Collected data
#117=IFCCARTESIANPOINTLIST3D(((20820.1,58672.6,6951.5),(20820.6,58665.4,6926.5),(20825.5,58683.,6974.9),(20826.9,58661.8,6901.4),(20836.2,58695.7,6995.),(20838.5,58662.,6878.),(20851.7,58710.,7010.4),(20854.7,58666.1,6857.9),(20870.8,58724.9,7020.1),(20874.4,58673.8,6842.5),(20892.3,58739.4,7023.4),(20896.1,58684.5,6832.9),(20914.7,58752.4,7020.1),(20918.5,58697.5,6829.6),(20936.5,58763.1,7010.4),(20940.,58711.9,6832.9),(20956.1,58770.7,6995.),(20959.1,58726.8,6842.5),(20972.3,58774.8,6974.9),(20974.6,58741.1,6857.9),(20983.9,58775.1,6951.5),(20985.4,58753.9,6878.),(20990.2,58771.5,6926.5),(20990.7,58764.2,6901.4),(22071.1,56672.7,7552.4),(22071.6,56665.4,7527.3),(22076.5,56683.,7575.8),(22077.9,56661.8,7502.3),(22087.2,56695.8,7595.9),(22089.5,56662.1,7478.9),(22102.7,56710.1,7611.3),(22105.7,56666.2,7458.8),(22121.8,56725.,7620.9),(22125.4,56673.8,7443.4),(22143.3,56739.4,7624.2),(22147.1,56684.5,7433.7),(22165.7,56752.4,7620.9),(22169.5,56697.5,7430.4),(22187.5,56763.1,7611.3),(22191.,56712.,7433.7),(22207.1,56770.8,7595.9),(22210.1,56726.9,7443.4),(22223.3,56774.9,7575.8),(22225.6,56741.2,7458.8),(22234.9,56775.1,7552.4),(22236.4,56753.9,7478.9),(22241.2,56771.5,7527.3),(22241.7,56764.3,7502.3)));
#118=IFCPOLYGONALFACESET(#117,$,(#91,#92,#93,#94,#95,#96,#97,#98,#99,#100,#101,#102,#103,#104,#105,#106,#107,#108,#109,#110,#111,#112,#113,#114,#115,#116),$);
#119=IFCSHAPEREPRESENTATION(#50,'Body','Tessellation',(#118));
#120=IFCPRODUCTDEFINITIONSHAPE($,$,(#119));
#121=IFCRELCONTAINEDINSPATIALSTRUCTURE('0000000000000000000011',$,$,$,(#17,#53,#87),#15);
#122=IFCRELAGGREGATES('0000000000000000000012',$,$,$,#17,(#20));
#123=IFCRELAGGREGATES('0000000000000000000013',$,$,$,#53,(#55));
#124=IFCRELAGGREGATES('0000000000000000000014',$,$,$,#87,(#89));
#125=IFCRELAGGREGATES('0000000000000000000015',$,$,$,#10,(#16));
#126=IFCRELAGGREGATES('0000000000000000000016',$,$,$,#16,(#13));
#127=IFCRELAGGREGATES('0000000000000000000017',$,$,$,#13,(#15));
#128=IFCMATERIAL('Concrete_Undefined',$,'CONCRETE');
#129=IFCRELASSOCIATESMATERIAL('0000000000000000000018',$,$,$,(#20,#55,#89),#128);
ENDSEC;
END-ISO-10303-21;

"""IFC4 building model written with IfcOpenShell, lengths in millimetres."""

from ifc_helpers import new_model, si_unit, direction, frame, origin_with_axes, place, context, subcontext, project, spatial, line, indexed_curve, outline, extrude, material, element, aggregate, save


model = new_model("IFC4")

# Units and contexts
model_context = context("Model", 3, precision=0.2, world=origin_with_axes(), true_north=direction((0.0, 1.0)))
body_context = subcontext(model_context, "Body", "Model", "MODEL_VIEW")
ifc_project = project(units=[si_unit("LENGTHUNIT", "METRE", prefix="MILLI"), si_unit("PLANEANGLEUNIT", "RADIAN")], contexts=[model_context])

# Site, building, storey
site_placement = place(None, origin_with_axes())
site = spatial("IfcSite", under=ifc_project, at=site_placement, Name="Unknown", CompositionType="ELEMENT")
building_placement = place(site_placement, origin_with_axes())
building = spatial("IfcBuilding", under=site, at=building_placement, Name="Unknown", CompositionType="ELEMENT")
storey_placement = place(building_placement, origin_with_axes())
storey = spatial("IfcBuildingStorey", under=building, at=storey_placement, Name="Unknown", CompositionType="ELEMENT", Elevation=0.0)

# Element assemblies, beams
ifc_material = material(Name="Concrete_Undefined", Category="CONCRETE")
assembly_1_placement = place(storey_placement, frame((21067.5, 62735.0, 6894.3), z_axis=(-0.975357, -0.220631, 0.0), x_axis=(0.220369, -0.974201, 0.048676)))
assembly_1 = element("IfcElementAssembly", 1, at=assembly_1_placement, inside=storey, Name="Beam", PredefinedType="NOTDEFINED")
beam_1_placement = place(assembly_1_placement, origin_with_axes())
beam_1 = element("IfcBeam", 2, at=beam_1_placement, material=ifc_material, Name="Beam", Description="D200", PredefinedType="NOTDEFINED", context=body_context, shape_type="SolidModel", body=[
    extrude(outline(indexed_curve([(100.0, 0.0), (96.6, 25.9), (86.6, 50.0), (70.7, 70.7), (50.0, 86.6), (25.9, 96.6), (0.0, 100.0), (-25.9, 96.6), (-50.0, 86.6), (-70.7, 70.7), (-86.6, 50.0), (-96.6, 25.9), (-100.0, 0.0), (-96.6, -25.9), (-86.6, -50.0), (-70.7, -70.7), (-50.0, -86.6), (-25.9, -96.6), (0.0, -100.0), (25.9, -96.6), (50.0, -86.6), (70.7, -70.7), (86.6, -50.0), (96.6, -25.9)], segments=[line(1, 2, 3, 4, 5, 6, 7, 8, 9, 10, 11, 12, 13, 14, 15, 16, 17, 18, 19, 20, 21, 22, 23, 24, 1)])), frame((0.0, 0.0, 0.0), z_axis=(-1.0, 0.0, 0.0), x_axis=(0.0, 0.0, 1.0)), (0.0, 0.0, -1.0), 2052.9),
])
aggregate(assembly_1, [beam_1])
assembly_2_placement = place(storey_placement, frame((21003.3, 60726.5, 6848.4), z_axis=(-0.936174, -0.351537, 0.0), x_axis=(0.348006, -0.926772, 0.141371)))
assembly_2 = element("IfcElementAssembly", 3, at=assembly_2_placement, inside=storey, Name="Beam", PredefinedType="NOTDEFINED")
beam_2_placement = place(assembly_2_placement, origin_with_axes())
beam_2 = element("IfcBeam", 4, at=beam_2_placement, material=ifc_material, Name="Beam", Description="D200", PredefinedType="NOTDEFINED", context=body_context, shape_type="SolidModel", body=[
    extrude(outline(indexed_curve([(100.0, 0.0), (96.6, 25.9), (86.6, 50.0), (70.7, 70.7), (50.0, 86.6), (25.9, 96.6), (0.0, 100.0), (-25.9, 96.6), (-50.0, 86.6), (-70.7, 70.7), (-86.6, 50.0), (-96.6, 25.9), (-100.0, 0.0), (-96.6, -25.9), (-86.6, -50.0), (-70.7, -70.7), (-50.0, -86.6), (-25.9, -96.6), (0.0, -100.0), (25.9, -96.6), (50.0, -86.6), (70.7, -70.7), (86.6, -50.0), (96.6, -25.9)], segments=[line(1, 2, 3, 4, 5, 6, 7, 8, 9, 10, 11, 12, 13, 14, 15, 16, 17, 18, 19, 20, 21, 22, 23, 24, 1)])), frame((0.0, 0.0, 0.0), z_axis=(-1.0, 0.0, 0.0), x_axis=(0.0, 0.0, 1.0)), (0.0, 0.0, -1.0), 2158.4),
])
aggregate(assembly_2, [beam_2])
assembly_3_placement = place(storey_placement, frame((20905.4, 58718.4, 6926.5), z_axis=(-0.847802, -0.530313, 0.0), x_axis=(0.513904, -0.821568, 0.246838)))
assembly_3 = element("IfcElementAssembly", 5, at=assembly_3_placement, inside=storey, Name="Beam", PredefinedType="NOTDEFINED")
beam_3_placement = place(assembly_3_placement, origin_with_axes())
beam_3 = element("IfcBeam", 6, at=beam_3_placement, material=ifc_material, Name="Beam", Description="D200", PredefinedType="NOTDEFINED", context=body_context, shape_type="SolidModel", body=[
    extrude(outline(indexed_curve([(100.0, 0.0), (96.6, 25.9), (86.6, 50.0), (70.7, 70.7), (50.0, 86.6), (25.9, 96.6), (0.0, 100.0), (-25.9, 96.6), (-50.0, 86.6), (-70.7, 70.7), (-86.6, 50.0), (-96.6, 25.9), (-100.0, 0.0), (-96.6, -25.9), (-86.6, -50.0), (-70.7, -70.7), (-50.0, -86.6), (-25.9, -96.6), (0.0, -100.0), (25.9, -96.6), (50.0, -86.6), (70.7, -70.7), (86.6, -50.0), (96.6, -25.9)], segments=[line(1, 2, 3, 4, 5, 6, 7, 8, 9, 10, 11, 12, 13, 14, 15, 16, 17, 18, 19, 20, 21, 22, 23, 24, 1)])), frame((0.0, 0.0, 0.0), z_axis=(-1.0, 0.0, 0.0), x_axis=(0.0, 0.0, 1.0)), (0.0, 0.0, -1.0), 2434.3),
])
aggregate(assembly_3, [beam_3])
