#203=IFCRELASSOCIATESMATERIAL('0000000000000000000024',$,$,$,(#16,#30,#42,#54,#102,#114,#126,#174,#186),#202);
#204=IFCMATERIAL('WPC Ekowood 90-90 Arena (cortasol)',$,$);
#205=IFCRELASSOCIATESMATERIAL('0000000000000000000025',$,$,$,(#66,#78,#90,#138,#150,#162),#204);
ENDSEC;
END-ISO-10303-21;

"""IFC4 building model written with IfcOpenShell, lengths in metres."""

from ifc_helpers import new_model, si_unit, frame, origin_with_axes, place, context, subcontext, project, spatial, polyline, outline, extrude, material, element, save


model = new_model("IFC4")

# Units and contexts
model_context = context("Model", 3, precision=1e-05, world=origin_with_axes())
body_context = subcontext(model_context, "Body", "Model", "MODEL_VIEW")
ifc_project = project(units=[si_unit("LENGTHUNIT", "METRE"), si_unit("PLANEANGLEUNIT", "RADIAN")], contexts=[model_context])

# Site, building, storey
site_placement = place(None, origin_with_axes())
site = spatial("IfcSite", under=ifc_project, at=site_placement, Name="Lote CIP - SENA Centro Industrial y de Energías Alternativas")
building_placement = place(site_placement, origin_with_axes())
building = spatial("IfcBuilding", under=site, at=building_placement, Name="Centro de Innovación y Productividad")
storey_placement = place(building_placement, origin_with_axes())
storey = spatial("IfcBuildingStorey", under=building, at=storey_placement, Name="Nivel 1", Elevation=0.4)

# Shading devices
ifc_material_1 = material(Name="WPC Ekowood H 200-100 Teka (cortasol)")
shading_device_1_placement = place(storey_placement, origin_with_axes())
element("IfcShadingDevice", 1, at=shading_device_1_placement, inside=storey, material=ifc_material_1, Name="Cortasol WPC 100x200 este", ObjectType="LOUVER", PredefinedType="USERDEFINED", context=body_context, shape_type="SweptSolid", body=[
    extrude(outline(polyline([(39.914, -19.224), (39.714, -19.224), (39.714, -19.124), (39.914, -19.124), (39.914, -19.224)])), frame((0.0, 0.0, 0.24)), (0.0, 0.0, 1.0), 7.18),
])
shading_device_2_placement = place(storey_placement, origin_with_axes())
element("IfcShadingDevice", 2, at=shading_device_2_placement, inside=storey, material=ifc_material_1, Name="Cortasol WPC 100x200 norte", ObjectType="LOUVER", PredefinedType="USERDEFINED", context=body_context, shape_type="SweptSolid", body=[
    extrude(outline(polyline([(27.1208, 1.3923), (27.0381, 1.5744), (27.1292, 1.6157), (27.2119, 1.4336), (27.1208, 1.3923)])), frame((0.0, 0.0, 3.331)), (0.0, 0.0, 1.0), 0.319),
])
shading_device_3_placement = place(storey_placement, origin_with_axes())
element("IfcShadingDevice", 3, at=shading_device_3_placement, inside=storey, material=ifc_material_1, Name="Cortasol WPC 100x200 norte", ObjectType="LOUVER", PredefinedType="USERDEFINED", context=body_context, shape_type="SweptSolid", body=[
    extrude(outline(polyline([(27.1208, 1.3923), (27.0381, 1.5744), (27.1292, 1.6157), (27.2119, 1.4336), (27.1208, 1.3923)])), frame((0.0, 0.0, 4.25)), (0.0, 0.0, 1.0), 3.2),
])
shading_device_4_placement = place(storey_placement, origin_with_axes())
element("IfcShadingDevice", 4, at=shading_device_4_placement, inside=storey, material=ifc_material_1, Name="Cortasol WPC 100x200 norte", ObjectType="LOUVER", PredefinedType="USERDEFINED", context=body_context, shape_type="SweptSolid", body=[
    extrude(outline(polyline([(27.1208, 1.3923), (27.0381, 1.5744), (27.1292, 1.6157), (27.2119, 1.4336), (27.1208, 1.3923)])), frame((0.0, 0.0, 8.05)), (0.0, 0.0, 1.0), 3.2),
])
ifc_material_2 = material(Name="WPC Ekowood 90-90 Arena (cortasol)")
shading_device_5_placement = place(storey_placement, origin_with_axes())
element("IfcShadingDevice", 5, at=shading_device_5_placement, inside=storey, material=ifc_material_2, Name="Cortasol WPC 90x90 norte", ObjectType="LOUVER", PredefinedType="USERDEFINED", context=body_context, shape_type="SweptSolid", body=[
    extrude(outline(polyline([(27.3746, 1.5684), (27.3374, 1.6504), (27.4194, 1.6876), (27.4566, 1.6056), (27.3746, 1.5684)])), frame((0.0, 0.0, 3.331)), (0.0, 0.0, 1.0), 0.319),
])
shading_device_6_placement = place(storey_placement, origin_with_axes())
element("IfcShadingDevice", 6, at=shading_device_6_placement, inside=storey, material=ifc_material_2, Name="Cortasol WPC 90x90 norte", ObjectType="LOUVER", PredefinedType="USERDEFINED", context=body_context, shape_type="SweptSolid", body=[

Required work: Where does "IFCRELASSOCIATESMATERIAL" appear in the records above? Copy every line that has it.

Written solution:
#129=IFCRELASSOCIATESMATERIAL('0000000000000000000018',$,$,$,(#20,#55,#89),#128);
#203=IFCRELASSOCIATESMATERIAL('0000000000000000000024',$,$,$,(#16,#30,#42,#54,#102,#114,#126,#174,#186),#202);
#205=IFCRELASSOCIATESMATERIAL('0000000000000000000025',$,$,$,(#66,#78,#90,#138,#150,#162),#204);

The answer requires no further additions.